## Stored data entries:
-- Opening Marker --
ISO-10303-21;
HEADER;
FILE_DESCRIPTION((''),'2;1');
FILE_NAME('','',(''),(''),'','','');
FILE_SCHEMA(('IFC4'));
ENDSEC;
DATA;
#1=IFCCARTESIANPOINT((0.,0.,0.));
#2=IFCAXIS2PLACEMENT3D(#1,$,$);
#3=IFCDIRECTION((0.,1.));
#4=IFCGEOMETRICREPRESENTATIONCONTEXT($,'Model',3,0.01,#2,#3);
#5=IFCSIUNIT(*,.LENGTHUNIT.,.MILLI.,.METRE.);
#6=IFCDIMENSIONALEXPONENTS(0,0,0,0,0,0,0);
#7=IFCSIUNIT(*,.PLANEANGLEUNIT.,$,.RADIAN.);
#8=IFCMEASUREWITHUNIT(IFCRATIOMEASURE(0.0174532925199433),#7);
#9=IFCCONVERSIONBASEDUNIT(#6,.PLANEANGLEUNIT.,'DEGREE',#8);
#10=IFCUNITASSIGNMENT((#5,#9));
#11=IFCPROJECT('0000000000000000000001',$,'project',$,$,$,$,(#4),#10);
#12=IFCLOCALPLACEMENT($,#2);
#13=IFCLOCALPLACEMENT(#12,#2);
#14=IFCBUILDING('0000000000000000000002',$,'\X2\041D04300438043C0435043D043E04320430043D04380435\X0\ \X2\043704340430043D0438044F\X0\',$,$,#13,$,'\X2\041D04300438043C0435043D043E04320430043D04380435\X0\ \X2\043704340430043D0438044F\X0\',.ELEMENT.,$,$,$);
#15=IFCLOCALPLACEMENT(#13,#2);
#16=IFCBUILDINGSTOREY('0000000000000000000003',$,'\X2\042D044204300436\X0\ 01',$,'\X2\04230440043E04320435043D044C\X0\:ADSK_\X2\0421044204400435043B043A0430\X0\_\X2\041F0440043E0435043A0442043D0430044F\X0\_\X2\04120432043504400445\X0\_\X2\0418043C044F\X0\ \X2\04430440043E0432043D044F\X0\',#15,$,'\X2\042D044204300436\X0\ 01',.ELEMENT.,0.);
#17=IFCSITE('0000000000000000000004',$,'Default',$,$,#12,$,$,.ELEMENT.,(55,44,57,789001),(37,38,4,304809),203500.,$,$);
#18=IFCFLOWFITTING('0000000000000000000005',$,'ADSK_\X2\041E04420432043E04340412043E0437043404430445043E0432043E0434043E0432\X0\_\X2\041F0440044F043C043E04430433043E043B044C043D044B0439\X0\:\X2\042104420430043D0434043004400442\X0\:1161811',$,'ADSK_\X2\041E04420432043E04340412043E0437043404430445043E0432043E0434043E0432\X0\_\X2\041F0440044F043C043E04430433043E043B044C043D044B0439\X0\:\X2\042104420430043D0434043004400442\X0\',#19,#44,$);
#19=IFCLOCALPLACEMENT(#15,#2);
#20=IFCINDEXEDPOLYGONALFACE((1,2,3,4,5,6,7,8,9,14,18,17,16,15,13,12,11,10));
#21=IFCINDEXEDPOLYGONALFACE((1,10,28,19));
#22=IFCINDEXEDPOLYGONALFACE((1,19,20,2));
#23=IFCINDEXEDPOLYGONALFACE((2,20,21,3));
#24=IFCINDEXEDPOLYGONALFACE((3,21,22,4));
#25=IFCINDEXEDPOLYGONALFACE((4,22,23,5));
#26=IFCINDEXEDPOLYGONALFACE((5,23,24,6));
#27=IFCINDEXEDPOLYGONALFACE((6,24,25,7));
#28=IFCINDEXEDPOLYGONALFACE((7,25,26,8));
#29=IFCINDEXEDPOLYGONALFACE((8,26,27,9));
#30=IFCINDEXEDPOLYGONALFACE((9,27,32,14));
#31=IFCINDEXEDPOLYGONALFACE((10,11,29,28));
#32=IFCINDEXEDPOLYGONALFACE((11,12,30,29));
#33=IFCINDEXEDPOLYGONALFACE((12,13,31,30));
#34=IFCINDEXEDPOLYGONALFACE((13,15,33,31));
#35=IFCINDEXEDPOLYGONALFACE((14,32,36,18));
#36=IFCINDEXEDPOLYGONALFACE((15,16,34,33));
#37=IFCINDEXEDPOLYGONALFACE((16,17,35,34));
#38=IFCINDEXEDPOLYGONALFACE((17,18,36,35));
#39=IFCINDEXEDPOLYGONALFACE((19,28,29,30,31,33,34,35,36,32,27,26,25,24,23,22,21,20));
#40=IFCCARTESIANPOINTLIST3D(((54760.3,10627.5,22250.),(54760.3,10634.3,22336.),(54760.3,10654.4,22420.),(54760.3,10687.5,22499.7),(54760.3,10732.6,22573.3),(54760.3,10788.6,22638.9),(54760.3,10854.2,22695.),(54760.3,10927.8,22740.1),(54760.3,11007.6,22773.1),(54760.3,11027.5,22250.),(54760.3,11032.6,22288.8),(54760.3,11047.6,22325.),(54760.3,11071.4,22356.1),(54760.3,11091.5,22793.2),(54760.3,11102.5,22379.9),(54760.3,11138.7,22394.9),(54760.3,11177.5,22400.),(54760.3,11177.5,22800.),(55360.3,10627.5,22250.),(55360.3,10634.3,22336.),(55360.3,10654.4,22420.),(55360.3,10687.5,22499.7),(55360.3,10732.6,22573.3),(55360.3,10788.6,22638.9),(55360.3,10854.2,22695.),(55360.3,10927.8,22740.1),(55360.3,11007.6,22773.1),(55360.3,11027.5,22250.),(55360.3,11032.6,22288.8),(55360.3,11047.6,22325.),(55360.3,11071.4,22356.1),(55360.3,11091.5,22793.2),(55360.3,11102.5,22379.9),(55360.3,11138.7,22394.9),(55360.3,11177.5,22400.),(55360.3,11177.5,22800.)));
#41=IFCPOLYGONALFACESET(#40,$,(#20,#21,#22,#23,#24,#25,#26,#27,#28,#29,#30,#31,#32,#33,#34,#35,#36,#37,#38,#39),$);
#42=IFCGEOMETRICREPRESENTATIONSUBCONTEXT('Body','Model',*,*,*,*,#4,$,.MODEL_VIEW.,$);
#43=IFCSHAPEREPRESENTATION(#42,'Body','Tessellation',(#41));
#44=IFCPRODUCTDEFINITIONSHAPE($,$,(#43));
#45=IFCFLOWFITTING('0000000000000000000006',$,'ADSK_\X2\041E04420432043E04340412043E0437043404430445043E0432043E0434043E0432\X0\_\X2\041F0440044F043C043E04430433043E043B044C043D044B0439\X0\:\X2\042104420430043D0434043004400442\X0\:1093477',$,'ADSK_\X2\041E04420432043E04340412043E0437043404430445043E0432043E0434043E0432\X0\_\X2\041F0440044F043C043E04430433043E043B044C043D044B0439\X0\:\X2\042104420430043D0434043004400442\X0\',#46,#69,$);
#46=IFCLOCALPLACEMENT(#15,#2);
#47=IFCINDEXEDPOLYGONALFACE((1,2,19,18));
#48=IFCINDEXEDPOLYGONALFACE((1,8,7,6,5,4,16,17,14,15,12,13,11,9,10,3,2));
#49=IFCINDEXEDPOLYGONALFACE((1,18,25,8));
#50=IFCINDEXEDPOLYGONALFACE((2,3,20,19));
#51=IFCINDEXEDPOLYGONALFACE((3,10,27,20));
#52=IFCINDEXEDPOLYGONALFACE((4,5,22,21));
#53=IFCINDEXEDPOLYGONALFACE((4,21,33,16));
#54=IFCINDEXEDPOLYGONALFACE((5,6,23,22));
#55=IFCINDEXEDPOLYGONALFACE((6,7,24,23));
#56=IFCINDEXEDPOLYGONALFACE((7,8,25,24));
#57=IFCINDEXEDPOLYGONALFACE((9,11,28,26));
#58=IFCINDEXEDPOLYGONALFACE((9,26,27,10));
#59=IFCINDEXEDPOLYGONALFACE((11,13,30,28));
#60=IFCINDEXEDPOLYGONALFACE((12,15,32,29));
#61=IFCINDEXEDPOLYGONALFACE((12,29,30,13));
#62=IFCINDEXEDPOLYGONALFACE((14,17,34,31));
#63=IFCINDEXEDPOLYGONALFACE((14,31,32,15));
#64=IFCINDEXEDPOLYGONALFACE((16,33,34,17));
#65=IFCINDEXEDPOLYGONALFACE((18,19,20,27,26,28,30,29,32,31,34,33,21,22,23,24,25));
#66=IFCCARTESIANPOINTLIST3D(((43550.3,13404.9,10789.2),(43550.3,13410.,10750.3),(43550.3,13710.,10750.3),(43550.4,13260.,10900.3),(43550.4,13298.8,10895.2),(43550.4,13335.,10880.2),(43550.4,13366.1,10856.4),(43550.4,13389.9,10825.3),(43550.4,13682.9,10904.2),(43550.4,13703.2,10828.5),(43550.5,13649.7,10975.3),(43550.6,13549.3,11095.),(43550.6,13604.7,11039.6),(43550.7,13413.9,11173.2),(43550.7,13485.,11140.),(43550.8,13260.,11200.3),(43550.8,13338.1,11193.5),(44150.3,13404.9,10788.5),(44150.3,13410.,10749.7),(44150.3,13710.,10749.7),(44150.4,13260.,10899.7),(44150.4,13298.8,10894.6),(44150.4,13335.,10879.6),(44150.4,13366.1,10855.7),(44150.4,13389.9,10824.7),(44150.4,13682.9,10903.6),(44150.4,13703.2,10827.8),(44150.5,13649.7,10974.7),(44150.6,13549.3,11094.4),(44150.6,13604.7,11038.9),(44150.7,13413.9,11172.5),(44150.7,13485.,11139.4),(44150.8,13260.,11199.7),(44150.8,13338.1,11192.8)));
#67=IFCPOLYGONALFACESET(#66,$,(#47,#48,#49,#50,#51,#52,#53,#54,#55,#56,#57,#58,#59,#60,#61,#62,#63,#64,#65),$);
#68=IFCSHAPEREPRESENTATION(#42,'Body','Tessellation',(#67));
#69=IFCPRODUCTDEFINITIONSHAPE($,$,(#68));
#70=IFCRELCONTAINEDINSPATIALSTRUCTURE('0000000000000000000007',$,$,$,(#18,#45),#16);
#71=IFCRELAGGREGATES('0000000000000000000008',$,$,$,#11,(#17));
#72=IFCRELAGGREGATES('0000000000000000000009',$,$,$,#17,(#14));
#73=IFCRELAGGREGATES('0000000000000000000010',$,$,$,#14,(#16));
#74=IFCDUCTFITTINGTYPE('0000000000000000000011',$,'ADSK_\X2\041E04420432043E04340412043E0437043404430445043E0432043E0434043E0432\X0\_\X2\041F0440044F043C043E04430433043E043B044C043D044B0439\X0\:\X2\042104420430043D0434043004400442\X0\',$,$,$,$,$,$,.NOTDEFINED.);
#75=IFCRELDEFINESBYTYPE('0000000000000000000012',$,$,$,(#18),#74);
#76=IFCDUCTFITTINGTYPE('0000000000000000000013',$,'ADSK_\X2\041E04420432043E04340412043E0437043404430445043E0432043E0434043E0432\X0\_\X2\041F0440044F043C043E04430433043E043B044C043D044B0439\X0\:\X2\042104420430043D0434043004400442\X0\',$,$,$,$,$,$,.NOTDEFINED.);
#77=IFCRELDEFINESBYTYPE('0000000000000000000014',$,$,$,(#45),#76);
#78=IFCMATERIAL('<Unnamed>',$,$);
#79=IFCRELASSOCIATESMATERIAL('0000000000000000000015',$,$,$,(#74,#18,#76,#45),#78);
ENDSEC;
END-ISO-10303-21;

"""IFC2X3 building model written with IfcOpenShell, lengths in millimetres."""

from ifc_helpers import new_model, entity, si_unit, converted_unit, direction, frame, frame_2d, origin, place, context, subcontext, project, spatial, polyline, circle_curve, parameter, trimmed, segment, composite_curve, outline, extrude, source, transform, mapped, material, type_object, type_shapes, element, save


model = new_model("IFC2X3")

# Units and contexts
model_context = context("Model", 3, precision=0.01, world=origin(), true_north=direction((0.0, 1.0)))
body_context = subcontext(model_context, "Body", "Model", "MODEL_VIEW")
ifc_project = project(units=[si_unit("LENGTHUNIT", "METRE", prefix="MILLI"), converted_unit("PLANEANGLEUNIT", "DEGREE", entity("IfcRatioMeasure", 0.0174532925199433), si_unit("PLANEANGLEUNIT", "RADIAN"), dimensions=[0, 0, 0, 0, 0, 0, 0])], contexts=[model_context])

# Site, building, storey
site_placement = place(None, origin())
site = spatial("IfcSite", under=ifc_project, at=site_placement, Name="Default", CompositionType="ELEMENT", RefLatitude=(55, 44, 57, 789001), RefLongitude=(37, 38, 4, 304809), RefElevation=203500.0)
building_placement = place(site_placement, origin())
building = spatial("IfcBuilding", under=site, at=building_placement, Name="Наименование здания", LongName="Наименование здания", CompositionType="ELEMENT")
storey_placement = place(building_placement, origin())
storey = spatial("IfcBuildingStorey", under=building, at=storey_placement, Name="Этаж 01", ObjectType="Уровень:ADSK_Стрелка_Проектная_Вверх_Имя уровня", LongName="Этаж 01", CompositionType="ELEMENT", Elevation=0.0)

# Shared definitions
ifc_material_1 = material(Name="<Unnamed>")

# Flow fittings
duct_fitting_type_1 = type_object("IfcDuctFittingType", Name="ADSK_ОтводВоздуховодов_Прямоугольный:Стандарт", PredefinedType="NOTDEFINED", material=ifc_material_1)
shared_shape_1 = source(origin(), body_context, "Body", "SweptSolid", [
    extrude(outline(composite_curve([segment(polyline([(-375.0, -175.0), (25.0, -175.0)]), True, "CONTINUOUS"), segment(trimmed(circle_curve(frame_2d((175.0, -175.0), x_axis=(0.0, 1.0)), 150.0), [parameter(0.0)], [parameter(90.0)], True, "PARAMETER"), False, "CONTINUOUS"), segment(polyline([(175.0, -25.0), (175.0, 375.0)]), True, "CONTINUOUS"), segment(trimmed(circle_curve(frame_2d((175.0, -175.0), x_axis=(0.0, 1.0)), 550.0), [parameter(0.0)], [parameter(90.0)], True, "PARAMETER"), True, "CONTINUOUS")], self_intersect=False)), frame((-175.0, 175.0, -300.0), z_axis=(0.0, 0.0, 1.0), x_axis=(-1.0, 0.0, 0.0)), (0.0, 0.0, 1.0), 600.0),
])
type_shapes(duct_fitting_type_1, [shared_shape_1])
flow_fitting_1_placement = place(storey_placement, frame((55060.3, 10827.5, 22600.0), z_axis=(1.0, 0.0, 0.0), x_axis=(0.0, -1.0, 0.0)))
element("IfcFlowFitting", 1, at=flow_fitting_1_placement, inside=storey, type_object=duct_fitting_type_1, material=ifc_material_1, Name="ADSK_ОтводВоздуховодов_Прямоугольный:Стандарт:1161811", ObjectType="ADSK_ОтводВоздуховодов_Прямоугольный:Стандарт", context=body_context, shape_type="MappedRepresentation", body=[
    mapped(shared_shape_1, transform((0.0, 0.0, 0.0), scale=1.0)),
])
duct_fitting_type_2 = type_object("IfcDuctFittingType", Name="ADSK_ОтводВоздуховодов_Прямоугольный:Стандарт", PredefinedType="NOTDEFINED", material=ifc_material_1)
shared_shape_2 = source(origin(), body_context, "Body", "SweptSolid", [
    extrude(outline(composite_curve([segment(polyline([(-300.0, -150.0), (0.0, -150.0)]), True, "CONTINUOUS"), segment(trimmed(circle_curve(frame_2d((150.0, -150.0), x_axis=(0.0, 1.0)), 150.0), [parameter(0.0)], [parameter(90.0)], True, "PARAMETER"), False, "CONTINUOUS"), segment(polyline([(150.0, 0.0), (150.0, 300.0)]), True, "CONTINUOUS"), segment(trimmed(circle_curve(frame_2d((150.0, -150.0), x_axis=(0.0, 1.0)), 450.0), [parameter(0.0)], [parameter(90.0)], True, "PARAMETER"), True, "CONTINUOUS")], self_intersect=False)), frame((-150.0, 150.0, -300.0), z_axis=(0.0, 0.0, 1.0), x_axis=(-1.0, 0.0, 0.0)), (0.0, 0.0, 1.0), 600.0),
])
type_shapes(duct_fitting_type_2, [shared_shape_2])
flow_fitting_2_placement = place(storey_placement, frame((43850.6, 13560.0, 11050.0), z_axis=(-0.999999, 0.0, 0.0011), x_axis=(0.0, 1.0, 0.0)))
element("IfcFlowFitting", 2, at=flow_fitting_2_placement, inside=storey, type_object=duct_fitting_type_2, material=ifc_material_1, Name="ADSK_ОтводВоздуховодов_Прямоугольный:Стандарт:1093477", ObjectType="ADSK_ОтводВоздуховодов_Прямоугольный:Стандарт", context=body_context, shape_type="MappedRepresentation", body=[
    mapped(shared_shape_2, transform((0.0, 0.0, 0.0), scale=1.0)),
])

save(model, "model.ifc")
-- Closing Marker --
-- Opening Marker --
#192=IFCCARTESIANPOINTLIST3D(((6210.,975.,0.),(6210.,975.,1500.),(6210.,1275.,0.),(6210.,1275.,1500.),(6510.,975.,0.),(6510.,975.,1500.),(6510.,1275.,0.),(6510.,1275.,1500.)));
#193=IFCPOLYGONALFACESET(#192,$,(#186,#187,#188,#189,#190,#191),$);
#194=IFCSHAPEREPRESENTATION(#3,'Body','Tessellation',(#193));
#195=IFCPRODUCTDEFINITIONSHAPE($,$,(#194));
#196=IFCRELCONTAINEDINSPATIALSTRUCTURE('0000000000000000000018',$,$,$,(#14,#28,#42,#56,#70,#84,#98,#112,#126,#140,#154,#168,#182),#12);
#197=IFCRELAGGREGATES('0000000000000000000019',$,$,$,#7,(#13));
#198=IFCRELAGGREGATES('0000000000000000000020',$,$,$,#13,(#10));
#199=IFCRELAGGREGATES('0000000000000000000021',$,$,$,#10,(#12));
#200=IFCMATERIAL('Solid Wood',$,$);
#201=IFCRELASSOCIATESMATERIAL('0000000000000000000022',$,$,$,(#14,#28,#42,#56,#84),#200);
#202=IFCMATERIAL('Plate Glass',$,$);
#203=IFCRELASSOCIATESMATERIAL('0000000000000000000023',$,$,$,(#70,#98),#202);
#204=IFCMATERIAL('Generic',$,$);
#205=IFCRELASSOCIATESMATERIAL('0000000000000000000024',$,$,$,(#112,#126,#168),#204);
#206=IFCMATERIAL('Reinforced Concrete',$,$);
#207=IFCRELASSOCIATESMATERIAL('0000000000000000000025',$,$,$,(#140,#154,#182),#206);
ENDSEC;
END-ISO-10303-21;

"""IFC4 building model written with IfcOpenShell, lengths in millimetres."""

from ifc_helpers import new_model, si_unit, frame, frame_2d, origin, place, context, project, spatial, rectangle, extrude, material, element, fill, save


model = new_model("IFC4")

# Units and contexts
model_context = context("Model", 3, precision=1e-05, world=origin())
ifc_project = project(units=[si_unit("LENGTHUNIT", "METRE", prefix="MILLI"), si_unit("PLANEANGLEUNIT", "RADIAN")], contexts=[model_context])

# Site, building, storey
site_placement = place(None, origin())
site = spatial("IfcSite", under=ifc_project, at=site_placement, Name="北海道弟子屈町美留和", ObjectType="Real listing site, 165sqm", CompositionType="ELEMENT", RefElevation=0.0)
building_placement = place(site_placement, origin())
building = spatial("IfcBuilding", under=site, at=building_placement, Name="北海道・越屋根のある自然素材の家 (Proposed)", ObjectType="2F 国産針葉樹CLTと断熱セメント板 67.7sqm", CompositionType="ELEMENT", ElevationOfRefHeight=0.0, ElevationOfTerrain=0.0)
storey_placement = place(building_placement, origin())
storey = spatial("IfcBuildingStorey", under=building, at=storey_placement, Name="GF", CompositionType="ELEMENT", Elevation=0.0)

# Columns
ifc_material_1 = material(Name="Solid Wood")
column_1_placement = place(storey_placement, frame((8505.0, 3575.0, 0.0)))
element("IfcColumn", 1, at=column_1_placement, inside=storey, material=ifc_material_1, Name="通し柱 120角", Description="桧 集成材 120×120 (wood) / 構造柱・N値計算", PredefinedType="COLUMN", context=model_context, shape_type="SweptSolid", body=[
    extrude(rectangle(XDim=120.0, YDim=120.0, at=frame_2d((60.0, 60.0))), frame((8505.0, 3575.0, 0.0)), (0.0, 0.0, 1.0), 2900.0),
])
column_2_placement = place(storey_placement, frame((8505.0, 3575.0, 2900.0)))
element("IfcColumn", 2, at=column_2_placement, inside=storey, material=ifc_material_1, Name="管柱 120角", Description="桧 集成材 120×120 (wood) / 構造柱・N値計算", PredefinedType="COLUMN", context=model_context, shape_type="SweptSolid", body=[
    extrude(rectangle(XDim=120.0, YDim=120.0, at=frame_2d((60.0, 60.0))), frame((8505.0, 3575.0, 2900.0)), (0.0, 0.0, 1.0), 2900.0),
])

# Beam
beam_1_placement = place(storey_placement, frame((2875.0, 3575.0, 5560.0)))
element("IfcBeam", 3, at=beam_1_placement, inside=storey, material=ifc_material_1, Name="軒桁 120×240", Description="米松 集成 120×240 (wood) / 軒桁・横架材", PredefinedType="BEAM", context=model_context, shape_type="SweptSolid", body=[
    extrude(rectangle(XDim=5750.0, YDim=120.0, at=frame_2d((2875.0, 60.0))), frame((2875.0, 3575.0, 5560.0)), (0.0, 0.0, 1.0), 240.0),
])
-- Closing Marker --
Taking the records above, retype every line from the one with "#59=IFCINDEXEDPOLYGONALFACE((11,13,30,28));" down to the one with "#63=IFCINDEXEDPOLYGONALFACE((14,31,32,15));", exactly and with nothing else.

#59=IFCINDEXEDPOLYGONALFACE((11,13,30,28));
#60=IFCINDEXEDPOLYGONALFACE((12,15,32,29));
#61=IFCINDEXEDPOLYGONALFACE((12,29,30,13));
#62=IFCINDEXEDPOLYGONALFACE((14,17,34,31));
#63=IFCINDEXEDPOLYGONALFACE((14,31,32,15));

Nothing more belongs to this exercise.